By default predict_T_from_proxyObs returns a dict in memory and writes nothing to disk. Pass save_results=True to persist:

result = predict_T_from_proxyObs(
    ...,
    save_results=True,            # writes quantile .nc + .npz
    save_draws=True,              # also saves raw MCMC draws as _draws.nc
    cache_dir="/your/output/",    # default: ~/.texas/cache/TEXAS_invT_posterior_cache/
)

Running forward calibration from scratch#

Only needed if you want to re-fit the model to your own data or reproduce the published calibration. Requires CmdStan and the GDGT training database (TEXAS.download_training_data()).

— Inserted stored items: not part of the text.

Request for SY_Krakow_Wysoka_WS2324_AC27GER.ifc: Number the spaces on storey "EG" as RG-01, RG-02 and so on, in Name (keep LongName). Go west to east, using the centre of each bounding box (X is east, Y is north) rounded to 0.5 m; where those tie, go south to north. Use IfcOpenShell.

First a look at what the model holds.

```python
import ifcopenshell
import ifcopenshell.util.element
import ifcopenshell.util.placement

model = ifcopenshell.open("SY_Krakow_Wysoka_WS2324_AC27GER.ifc")
print(model.schema)
storey = next(s for s in model.by_type("IfcBuildingStorey") if s.Name == "EG")
spaces = [e for e in ifcopenshell.util.element.get_decomposition(storey) if e.is_a("IfcSpace")]
for e in sorted(spaces, key=lambda e: e.id()):
    origin = ifcopenshell.util.placement.get_local_placement(e.ObjectPlacement)[:3, 3]
    print(e.id(), e.Name, e.LongName, origin.round(2) + 0.0, sep=" | ")
```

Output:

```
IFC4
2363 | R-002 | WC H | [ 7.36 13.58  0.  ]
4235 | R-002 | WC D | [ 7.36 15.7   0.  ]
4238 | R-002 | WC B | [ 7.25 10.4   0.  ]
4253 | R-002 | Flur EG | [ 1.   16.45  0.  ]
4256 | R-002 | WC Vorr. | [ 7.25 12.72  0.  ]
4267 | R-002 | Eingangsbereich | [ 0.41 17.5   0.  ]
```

```python
import ifcopenshell
import ifcopenshell.geom
import ifcopenshell.util.element
import ifcopenshell.util.shape

model = ifcopenshell.open("SY_Krakow_Wysoka_WS2324_AC27GER.ifc")
settings = ifcopenshell.geom.settings()
settings.set("use-world-coords", True)


def centre(element):
    shape = ifcopenshell.geom.create_shape(settings, element)
    return ifcopenshell.util.shape.get_bbox_centroid(shape.geometry)


storey = next(s for s in model.by_type("IfcBuildingStorey") if s.Name == "EG")
spaces = [e for e in ifcopenshell.util.element.get_decomposition(storey) if e.is_a("IfcSpace")]

# Insertion points can sit at a corner or the storey origin, so sort by the geometry (in metres).
centres = {e: centre(e) for e in spaces}
spaces.sort(key=lambda e: (round(centres[e][0] / 0.5), centres[e][1]))

for i, e in enumerate(spaces, start=1):
    number = f"RG-{i:02d}"
    e.Name = number
    print(e.id(), number)

model.write("SY_Krakow_Wysoka_WS2324_AC27GER_edited.ifc")
```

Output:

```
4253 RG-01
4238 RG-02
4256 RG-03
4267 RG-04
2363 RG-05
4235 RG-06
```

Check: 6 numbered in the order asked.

from TEXAS import build_fwd_data, get_posterior, save_posterior

data = build_fwd_data(
    t_cul=cul_df["SST"].values,       proxy_cul=cul_df["scaledRI"].values,
    t_meso=meso_df["SST"].values,     proxy_meso=meso_df["scaledRI"].values,
    t_crtp=crtp_df["SST"].values,     proxy_crtp=crtp_df["scaledRI"].values,
    gdgt23ratio_crtp=crtp_df["gdgt23ratio"].values,
    no3_crtp=crtp_df["no3"].values,   # no3_cutoff auto-calculated via Spearman if omitted
)

posterior, diagnostics = get_posterior(
    data,
    stan_file="gen_logi_fixed_hier_crtp_multiv_priorApprox_eiv",
    temptype="SST",
    proxy_name="scaledRI_cren3",
)
save_posterior(posterior)

Citation#

If you use TEXAS in published work, please cite:

Rattanasriampaipong, R. et al. (in prep). TEXAS: A proxy system model for TEX86 paleothermometry. AGU Paleoceanography and Paleoclimatology.

See CITATION.cff for machine-readable metadata.